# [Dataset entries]
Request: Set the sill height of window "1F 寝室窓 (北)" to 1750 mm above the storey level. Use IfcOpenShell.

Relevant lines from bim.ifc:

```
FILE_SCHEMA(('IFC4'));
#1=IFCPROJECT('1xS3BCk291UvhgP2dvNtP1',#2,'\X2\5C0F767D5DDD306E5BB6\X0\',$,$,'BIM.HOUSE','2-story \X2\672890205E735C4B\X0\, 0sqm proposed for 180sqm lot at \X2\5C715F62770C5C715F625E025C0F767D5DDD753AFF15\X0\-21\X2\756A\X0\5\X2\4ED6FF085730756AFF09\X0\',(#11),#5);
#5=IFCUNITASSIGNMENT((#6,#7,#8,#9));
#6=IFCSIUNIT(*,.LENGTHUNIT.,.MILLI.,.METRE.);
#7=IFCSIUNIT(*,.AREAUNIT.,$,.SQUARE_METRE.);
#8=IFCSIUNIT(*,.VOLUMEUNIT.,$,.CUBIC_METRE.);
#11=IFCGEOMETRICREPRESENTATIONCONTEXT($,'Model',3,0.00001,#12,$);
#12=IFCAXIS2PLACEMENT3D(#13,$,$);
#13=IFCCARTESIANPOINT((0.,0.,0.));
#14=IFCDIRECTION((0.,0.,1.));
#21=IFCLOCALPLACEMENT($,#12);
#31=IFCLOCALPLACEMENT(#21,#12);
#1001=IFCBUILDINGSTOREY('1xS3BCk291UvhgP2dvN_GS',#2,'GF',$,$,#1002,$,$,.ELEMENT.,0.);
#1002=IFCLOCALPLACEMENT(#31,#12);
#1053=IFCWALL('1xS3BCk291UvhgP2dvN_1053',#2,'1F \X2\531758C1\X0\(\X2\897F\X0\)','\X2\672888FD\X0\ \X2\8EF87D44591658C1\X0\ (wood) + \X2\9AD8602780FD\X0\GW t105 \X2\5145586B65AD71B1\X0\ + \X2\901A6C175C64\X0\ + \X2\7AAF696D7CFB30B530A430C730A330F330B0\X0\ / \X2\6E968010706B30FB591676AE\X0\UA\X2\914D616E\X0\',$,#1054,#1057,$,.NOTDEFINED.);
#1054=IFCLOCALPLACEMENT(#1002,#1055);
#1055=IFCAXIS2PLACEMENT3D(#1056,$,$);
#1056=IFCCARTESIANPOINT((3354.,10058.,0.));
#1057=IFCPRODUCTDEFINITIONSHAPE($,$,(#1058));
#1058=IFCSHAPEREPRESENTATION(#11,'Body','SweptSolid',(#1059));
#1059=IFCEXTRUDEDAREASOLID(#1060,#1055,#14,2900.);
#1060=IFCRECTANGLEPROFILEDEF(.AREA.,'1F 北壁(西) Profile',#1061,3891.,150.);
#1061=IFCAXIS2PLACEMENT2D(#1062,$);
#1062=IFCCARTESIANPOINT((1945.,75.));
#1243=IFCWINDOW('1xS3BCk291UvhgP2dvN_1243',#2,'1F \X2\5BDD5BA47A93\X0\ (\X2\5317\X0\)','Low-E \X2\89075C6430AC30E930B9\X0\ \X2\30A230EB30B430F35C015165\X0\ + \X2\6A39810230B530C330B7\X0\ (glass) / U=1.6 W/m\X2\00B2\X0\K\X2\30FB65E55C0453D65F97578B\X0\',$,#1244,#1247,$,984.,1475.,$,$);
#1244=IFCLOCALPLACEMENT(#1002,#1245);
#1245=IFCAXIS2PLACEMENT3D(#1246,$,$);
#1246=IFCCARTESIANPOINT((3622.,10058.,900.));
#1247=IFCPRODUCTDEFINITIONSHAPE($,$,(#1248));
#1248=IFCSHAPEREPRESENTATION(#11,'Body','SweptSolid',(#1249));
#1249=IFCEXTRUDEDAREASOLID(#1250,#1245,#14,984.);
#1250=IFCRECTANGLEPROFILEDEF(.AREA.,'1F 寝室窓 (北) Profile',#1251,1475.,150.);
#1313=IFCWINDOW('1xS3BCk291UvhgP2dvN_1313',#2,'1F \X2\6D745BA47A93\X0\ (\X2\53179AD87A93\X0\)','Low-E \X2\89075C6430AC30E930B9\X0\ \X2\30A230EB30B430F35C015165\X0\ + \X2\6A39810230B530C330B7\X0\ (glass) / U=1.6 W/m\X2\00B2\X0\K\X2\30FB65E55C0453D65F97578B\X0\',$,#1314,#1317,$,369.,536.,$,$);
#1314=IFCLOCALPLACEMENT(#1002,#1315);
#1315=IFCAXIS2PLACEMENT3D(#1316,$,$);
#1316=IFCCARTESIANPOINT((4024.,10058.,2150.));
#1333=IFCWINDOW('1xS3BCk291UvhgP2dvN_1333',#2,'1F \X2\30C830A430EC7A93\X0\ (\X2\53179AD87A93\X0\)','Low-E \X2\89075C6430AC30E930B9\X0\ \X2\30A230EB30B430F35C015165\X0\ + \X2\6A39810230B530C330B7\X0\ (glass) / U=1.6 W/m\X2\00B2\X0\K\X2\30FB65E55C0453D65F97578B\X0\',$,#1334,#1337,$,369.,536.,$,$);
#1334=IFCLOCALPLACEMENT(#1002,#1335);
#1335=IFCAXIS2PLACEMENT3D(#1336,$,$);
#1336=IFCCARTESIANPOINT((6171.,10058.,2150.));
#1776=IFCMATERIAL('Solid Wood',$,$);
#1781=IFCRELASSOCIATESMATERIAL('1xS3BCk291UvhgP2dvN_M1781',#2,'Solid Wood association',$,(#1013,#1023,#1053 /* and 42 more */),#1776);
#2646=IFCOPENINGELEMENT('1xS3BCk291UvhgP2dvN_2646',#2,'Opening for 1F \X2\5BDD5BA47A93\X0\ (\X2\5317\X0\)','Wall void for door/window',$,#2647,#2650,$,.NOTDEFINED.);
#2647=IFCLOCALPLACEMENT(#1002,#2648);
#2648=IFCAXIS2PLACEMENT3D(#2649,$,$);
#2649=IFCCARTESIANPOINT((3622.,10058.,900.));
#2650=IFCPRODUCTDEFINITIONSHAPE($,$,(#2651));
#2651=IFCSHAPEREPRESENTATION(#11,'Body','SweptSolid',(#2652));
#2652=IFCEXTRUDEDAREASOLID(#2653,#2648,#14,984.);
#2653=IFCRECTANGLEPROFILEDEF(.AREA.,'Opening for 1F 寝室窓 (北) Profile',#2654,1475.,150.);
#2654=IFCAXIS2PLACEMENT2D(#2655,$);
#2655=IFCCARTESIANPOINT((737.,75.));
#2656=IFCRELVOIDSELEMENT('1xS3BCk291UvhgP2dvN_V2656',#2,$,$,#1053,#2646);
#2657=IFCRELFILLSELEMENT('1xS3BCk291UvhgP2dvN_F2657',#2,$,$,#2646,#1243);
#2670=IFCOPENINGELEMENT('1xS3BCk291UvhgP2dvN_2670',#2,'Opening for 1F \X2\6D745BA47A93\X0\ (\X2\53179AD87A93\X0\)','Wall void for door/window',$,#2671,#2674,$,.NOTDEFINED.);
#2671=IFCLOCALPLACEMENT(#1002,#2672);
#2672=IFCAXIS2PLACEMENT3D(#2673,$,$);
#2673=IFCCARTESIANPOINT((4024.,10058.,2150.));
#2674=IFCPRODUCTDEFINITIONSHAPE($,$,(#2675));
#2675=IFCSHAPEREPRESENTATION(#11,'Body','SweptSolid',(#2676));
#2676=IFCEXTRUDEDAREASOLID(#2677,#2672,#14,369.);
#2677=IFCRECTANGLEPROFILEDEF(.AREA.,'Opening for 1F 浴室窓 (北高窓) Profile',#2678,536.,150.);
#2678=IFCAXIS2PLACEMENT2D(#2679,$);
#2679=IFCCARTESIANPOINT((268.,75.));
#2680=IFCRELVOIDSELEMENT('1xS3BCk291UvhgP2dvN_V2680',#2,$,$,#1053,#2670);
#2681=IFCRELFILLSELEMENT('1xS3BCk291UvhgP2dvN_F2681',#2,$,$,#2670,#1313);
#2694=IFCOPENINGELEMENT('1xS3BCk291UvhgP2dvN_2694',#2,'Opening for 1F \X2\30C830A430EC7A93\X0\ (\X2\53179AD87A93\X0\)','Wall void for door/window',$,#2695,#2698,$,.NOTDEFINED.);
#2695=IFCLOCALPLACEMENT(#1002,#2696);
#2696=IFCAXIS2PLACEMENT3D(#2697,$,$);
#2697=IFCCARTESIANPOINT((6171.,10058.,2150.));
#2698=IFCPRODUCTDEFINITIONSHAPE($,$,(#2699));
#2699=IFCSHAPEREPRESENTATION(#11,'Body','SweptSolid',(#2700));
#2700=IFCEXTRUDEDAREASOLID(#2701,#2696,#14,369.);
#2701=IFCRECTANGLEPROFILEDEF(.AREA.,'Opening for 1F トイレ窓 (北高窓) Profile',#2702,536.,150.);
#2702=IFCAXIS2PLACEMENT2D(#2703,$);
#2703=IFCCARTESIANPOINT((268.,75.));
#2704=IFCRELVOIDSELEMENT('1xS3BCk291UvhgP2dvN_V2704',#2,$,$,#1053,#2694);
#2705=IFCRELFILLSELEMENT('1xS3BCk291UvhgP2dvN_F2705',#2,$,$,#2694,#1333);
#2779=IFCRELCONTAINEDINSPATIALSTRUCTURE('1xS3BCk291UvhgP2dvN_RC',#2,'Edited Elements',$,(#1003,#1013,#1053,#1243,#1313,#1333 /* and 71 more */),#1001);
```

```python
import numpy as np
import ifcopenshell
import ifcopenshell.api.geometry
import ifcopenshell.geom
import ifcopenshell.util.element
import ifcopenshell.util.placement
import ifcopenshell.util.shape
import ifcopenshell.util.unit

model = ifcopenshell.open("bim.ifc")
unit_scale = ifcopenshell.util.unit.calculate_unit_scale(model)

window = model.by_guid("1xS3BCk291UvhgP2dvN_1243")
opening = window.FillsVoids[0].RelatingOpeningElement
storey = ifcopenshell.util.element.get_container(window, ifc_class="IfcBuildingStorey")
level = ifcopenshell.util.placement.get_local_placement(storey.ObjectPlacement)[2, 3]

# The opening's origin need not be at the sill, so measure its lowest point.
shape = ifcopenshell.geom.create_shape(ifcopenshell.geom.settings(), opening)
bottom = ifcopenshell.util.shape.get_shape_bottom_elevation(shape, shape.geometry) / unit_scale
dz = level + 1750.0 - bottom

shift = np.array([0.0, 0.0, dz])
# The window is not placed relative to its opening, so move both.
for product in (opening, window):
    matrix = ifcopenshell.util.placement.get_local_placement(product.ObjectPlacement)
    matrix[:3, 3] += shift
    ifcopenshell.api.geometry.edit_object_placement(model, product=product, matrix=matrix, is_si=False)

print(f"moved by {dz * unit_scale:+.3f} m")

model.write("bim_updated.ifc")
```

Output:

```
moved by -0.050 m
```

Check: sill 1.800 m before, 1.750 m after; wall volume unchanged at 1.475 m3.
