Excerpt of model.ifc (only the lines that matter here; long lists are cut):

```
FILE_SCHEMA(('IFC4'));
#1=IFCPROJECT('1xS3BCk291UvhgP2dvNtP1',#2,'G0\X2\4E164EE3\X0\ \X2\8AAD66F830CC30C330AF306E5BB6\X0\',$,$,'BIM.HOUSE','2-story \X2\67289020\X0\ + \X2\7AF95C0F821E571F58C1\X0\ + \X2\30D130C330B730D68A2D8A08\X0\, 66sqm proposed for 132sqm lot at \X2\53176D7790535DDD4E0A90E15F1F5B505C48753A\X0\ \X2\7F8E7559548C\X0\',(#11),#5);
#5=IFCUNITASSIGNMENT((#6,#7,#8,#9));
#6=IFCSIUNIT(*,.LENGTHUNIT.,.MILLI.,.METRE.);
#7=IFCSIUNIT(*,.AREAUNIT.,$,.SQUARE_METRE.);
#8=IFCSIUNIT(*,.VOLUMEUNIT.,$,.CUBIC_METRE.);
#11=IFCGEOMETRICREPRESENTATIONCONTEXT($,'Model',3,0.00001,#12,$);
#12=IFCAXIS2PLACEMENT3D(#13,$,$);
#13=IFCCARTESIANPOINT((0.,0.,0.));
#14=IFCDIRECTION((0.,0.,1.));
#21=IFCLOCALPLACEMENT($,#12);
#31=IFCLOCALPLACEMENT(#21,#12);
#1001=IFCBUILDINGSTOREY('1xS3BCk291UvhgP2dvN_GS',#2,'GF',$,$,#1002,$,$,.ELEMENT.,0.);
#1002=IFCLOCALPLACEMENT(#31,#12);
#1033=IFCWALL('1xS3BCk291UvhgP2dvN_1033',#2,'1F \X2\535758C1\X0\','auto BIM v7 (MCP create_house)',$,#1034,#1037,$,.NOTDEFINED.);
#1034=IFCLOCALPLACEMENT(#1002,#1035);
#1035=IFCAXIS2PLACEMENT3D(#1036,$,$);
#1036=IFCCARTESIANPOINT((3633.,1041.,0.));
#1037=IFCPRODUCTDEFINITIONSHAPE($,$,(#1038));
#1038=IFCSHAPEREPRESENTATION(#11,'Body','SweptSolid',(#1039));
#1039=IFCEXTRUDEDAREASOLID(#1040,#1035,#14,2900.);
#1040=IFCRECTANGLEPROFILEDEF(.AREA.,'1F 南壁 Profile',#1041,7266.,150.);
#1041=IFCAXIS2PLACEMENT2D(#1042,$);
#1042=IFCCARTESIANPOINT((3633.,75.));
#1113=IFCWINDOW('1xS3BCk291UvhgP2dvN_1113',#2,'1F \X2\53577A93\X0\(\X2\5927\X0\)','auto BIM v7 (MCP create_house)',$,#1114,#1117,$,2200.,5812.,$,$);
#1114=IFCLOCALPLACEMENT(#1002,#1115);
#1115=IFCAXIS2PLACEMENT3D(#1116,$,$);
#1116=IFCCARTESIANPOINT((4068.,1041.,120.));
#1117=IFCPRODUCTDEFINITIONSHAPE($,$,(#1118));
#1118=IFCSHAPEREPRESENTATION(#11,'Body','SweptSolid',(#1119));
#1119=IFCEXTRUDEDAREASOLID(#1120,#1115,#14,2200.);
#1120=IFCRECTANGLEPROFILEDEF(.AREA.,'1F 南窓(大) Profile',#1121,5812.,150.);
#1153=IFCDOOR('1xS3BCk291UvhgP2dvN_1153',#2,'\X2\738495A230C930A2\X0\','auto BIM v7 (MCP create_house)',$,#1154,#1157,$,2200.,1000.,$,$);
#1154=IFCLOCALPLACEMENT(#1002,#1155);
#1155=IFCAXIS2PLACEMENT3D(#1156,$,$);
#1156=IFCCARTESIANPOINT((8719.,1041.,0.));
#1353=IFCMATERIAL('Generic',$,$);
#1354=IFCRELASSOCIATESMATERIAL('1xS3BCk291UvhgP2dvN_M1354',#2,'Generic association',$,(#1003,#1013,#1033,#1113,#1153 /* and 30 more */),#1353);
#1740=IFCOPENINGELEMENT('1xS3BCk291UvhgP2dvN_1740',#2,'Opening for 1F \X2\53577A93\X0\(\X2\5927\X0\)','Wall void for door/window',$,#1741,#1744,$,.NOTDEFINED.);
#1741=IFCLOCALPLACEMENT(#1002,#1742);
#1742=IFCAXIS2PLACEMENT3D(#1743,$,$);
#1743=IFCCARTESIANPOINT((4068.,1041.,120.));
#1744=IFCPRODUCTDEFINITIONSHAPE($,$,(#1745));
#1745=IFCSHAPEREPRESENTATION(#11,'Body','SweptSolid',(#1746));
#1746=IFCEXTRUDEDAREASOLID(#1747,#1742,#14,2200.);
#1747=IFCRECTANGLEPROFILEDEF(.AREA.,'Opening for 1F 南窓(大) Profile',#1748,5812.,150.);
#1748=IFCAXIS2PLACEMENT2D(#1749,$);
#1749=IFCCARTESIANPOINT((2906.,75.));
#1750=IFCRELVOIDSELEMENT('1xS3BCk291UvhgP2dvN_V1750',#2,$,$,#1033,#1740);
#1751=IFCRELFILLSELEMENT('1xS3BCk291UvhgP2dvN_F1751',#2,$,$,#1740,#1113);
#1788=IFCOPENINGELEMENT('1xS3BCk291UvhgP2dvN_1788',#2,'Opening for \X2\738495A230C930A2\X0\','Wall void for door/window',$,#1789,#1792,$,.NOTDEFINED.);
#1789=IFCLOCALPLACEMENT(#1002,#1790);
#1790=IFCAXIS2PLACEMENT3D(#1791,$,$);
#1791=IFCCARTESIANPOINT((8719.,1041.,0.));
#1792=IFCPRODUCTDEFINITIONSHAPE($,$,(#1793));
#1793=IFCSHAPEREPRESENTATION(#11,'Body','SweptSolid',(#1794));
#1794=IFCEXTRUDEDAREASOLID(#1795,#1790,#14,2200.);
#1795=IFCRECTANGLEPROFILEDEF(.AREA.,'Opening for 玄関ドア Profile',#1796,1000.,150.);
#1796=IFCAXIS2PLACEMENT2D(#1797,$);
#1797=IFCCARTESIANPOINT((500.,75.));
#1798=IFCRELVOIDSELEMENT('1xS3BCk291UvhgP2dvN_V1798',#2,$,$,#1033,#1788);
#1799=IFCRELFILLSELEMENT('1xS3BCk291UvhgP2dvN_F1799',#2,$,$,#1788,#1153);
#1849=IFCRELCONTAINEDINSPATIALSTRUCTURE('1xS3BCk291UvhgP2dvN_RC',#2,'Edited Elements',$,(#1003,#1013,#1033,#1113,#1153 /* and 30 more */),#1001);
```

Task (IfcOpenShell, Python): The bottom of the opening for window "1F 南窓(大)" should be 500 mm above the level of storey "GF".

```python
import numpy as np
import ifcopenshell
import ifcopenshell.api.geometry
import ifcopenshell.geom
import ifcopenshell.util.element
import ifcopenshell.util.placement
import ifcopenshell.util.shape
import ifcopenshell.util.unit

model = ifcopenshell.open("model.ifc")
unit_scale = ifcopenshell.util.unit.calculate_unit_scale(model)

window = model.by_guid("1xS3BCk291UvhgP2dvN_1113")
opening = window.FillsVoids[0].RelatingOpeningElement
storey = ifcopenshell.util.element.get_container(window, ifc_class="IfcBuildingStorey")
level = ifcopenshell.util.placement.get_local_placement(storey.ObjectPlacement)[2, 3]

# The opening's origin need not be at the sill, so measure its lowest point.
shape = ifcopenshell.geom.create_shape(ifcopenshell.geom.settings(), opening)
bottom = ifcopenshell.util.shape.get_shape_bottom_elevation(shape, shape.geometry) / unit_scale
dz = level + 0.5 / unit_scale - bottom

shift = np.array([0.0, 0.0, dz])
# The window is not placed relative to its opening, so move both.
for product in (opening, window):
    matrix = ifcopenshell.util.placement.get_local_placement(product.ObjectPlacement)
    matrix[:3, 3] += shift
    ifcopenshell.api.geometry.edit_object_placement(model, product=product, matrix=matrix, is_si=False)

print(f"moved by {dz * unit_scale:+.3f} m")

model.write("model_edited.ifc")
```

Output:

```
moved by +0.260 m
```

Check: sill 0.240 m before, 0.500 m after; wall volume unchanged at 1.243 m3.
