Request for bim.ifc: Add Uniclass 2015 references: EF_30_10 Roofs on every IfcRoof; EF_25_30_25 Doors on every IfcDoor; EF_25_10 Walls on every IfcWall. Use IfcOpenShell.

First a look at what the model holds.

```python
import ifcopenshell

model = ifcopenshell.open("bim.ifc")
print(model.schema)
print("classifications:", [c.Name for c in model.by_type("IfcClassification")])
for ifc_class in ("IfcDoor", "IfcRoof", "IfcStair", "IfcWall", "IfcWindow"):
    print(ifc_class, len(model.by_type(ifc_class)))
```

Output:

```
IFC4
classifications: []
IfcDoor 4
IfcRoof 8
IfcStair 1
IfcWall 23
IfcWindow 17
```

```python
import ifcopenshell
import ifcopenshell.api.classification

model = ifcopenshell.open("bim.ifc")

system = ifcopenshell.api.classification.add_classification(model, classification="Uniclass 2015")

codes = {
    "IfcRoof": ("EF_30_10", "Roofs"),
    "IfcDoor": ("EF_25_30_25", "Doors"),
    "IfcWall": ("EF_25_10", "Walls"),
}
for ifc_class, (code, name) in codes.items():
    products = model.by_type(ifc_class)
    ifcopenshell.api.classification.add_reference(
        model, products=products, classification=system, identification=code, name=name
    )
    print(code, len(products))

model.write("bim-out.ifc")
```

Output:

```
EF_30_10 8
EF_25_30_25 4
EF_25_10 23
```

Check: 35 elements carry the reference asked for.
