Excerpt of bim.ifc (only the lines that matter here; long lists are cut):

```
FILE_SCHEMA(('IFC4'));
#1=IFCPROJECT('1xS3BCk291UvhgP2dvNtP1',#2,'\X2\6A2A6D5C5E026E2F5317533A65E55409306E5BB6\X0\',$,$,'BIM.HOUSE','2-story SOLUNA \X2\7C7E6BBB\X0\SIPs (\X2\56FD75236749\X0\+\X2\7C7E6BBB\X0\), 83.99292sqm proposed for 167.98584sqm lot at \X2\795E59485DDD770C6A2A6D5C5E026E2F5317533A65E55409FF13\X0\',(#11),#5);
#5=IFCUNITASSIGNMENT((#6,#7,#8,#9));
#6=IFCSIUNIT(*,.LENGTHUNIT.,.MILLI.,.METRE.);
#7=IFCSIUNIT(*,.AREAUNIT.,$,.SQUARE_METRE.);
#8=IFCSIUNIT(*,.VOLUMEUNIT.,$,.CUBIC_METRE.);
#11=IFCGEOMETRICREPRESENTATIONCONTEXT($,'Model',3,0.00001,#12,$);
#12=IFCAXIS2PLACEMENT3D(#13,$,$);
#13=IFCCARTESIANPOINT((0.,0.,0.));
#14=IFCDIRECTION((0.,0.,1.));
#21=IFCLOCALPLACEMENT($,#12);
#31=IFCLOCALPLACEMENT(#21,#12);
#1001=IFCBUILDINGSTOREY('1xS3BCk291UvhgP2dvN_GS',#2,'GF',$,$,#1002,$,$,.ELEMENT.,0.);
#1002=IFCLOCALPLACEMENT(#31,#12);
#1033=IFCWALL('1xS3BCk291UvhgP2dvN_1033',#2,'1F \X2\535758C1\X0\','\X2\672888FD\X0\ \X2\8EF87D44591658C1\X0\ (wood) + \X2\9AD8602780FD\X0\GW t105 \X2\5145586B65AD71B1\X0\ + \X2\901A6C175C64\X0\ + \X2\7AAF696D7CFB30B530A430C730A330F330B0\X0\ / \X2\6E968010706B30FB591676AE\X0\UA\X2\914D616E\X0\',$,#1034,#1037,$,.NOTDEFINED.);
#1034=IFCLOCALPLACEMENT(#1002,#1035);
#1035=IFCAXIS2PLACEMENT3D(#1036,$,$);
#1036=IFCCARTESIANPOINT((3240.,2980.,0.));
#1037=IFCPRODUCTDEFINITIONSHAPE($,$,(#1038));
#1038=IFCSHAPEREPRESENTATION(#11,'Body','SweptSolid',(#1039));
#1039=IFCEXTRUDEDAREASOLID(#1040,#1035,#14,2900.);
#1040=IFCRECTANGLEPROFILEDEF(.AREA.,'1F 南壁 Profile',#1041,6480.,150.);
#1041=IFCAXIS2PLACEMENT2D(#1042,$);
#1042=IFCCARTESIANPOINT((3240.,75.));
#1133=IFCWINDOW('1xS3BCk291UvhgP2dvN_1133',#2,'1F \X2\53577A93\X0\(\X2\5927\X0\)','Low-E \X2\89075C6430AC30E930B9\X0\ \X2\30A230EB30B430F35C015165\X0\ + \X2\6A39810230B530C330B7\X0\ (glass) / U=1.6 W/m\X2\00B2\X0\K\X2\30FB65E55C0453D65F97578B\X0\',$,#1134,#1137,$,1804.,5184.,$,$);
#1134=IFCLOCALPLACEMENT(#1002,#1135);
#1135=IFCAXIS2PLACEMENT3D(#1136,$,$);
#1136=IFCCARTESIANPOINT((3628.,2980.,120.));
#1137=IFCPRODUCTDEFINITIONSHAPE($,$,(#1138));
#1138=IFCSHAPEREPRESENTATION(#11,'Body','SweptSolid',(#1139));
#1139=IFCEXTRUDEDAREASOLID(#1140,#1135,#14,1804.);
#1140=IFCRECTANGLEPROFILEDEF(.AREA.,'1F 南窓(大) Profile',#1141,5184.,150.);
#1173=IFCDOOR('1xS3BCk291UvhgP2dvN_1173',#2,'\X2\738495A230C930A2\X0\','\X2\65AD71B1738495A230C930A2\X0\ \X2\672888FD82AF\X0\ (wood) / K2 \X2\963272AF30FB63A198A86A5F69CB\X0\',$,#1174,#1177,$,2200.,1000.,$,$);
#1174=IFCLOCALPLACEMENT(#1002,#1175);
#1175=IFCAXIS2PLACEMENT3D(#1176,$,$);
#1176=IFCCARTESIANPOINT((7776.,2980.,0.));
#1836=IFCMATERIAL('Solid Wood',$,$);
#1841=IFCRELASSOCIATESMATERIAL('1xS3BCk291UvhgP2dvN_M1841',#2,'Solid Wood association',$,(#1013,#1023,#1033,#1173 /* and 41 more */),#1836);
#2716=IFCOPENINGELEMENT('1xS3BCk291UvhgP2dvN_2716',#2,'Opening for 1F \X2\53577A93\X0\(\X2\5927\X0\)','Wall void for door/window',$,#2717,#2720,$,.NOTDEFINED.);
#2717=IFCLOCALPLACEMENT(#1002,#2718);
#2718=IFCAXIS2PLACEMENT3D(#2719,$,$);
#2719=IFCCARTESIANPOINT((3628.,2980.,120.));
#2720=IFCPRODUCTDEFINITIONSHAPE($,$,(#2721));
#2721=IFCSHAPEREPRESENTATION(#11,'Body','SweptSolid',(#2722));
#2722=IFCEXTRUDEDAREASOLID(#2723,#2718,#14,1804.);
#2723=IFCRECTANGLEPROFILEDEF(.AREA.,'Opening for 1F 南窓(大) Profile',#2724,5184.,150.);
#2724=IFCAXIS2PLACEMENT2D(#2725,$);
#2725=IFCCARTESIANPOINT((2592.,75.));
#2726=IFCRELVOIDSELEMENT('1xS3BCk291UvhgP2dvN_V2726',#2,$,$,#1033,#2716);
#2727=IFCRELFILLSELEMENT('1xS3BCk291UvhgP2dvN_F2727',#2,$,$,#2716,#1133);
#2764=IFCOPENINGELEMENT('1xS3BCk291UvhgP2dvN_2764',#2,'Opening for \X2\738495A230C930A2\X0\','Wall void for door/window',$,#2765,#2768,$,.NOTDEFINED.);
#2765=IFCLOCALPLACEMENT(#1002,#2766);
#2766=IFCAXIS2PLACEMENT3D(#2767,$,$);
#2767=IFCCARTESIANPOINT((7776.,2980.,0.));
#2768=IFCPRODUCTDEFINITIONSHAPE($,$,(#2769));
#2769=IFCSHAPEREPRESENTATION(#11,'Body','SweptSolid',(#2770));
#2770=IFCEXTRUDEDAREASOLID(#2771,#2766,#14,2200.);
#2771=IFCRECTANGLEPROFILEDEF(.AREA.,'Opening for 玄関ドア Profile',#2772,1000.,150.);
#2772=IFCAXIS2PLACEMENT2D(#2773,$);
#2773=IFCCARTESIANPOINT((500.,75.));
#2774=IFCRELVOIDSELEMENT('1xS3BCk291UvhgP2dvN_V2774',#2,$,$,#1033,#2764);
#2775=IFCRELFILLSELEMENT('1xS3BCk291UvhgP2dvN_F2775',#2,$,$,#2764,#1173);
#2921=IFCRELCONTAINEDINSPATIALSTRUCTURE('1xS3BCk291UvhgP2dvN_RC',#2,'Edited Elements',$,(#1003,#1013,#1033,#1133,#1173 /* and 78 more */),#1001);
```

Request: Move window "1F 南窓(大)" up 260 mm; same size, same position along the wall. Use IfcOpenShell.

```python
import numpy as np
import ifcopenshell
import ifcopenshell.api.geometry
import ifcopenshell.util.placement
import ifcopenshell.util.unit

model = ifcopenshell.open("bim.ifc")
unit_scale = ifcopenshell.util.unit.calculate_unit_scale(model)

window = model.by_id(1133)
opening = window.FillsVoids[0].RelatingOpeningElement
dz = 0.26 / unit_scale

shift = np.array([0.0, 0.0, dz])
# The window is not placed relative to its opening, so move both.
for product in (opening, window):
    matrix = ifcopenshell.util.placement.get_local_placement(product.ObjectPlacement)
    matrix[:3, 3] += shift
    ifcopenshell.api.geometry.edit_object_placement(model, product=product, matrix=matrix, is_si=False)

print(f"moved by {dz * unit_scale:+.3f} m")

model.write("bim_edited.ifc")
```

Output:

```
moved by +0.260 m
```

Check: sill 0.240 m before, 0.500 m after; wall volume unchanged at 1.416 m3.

# [Task to carry out]
Among the lines above, find each one containing the string "lists" and copy it.

# [Reply to the task]
Excerpt of model.ifc (only the lines that matter here; long lists are cut):
Excerpt of bim.ifc (only the lines that matter here; long lists are cut):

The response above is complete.